AML is a rare cancer in children and adolescents, also known as blood cancer. In the bone marrow certain white blood cells are formed uncontrollably, which then displace the normal blood formation and lead to the symptoms of AML either due to the lack of normal cells (red blood cells, platelets) or the greatly increased number of leukemia cells in the blood. Initial signs of AML relapsed were noted in potential patients. So far, a relapsed has only been diagnosed when leukemia cells are already visible in the bone marrow or blood (so-called open relapsed).
If the leukemia cells have certain genetic characteristics (mutations, translocations), molecular genetics methods can determine much lower levels of leukemia cells than with the microscope (microscope: 5 leukemia cells in 100 normal cells, molecular genetics1 leukemia cell in 1000 or 10,000 normal cells).
For this reason, potential patients were regularly checked whether it was possible to detect a relapse of AML earlier than with microscopic examination (so-called molecular relapsed) using these molecular genetic methods.
In potential patients a molecular relapsed was diagnozed.

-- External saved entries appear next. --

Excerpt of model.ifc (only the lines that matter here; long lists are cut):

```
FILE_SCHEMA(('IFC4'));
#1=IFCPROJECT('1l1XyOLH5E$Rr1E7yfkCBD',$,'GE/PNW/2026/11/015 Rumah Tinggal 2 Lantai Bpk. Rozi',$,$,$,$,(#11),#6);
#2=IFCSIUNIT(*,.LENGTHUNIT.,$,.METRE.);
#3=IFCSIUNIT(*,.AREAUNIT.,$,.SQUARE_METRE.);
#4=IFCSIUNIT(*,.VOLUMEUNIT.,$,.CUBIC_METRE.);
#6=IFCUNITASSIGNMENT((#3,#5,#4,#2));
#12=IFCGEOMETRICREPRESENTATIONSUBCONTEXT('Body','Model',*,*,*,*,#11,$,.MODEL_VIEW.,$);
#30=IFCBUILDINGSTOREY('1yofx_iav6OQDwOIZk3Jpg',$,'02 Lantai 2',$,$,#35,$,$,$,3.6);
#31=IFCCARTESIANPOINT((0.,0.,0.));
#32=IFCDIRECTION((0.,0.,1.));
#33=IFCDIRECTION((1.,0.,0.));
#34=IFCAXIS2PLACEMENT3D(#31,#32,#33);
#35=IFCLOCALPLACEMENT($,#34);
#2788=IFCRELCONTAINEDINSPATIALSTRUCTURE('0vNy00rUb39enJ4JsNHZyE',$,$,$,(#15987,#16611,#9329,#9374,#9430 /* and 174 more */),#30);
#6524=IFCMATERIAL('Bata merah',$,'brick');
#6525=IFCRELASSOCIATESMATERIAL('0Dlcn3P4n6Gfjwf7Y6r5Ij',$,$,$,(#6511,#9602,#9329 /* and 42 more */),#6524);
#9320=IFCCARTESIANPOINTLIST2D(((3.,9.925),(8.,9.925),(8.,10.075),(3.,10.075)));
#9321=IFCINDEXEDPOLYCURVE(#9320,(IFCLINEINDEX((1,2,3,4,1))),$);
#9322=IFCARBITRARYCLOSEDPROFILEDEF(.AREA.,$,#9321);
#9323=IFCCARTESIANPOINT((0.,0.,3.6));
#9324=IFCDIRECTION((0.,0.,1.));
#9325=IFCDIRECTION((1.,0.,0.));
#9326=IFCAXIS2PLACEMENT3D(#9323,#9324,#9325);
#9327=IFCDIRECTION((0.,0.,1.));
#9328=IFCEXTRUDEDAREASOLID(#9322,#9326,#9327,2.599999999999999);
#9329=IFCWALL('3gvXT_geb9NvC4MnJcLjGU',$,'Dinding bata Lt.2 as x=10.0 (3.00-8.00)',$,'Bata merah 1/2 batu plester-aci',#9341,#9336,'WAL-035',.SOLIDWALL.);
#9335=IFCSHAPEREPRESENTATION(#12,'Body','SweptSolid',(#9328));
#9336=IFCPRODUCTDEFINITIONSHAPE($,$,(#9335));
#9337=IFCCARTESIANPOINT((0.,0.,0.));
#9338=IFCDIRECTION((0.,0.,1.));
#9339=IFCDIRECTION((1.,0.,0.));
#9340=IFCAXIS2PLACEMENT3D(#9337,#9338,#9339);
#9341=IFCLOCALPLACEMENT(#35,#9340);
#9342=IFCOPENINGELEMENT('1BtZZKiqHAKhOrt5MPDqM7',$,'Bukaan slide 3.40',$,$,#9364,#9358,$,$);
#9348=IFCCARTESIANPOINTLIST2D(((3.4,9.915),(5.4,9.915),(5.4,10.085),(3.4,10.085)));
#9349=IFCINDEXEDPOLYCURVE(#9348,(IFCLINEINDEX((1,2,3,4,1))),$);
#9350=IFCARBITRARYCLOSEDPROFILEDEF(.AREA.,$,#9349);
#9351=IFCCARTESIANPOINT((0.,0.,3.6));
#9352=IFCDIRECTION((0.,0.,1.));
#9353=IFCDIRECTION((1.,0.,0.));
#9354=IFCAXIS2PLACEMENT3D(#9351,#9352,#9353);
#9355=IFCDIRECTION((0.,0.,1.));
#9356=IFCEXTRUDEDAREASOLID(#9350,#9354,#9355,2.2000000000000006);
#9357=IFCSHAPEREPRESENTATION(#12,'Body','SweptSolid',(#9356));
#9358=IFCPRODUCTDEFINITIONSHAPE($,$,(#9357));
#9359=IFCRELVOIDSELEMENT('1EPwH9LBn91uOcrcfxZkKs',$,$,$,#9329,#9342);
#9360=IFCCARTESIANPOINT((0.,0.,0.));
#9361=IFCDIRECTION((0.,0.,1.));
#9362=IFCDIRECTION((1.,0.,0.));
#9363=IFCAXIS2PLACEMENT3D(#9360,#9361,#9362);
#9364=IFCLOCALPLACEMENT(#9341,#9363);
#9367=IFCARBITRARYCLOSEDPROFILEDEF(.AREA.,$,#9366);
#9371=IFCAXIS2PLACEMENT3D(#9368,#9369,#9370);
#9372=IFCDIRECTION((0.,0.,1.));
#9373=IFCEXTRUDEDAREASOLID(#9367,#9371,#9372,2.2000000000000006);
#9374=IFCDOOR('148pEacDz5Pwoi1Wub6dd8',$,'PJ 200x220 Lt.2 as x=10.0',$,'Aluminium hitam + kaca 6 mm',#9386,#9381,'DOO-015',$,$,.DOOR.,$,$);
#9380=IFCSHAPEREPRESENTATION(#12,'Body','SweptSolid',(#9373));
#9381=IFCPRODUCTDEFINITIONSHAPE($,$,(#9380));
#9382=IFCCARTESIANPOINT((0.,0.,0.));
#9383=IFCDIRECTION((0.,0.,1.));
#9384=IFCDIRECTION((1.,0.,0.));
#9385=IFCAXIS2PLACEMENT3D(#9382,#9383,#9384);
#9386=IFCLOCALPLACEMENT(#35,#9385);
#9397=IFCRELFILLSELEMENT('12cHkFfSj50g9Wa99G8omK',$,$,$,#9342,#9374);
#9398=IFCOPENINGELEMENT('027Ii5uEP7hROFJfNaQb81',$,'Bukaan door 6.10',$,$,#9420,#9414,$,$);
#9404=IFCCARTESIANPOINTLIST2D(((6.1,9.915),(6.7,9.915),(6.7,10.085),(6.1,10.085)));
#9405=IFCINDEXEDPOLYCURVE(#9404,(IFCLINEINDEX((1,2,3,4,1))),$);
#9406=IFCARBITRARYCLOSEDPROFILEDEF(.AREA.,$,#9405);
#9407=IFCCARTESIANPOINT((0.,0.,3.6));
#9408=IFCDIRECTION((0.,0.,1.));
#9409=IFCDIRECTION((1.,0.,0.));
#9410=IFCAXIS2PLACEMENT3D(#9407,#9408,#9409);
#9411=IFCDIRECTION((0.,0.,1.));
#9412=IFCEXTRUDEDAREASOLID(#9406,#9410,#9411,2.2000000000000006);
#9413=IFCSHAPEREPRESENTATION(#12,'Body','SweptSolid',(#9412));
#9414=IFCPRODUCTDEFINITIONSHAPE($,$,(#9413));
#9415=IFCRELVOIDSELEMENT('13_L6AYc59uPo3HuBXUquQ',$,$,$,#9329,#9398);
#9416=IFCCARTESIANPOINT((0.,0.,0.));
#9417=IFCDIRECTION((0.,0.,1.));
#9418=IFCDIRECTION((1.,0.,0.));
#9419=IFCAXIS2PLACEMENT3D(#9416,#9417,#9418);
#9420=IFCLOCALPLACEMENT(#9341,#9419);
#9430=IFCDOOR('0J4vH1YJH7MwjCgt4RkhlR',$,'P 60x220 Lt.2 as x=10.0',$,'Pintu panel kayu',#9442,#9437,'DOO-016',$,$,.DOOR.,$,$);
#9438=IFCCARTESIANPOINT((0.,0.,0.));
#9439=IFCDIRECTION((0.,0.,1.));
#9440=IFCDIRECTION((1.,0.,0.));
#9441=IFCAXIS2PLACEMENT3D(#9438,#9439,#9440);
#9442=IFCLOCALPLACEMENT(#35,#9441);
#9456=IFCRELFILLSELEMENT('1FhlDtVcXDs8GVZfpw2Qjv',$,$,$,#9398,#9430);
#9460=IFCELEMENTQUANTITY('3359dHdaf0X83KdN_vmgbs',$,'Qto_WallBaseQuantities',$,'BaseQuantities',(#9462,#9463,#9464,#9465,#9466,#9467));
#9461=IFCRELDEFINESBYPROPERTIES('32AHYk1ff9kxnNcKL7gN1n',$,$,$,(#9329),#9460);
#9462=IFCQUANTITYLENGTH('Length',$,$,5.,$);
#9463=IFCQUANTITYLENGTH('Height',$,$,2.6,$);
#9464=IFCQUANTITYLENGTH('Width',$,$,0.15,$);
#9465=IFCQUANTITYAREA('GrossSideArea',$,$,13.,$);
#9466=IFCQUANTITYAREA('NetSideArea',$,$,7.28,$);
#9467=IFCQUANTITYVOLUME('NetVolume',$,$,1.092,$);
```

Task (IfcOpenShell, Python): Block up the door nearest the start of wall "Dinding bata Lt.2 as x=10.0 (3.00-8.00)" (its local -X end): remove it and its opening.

```python
import ifcopenshell
import ifcopenshell.api.feature
import ifcopenshell.api.pset
import ifcopenshell.api.root
import ifcopenshell.geom
import ifcopenshell.util.element
import ifcopenshell.util.shape
import ifcopenshell.util.unit

model = ifcopenshell.open("model.ifc")
area_scale = ifcopenshell.util.unit.calculate_unit_scale(model, "AREAUNIT")
volume_scale = ifcopenshell.util.unit.calculate_unit_scale(model, "VOLUMEUNIT")
settings = ifcopenshell.geom.settings()


def volume(element):
    """Net volume in cubic metres, openings subtracted."""
    shape = ifcopenshell.geom.create_shape(settings, element)
    return ifcopenshell.util.shape.get_volume(shape.geometry)


door = model.by_guid("148pEacDz5Pwoi1Wub6dd8")
opening = door.FillsVoids[0].RelatingOpeningElement
wall = opening.VoidsElements[0].RelatingBuildingElement
before = volume(wall)

ifcopenshell.api.root.remove_product(model, product=door)
ifcopenshell.api.feature.remove_feature(model, feature=opening)

after = volume(wall)
thickness = 0.15  # wall thickness in metres

# Update the wall's stored quantities.
qto = model.by_id(ifcopenshell.util.element.get_pset(wall, "Qto_WallBaseQuantities", should_inherit=False)["id"])
ifcopenshell.api.pset.edit_qto(model, qto=qto, properties={
    "NetSideArea": after / thickness / area_scale,
    "NetVolume": after / volume_scale,
})

print(f"wall volume {before:.3f} -> {after:.3f} m3")

model.write("model-out.ifc")
```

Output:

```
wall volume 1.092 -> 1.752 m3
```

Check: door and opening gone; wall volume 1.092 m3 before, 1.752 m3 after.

Currently, the most promising treatment for a relapse of AML with the potential to cure the disease is a stem cell transplantation. The search for a donor and the preparation of a stem cell transplantation usually take several months.
One way to bridge the waiting period is to participate in this study and to be treated with azacitidine (= Vidaza®). For all children and adolescents participating in this study, there is the advantage that the search for a suitable stem cell donor can be initiated at an early stage.

Azacitidine is not yet approved for the treatment of AML in children and adolescents and its use in this study is experimental. A total of 20 patients in Europe will participate in this study.
Azacitidine is a cancer drug that belongs to a group of agents called demethylating drugs. Demethylation means reactivating certain genes that are turned off in the leukemia cells. Demethylation is intended to reduce the growth of diseased cells in the blood and bone marrow. The efficacy of azacitidine in children suffering from AML has not been studied in larger clinical trials. However, there is evidence from publications in professional journals that azacitidine may be effective in children with AML. For this reason, this study is being conducted to investigate whether azacitidine is effective in children with AML prior to stem cell transplantation.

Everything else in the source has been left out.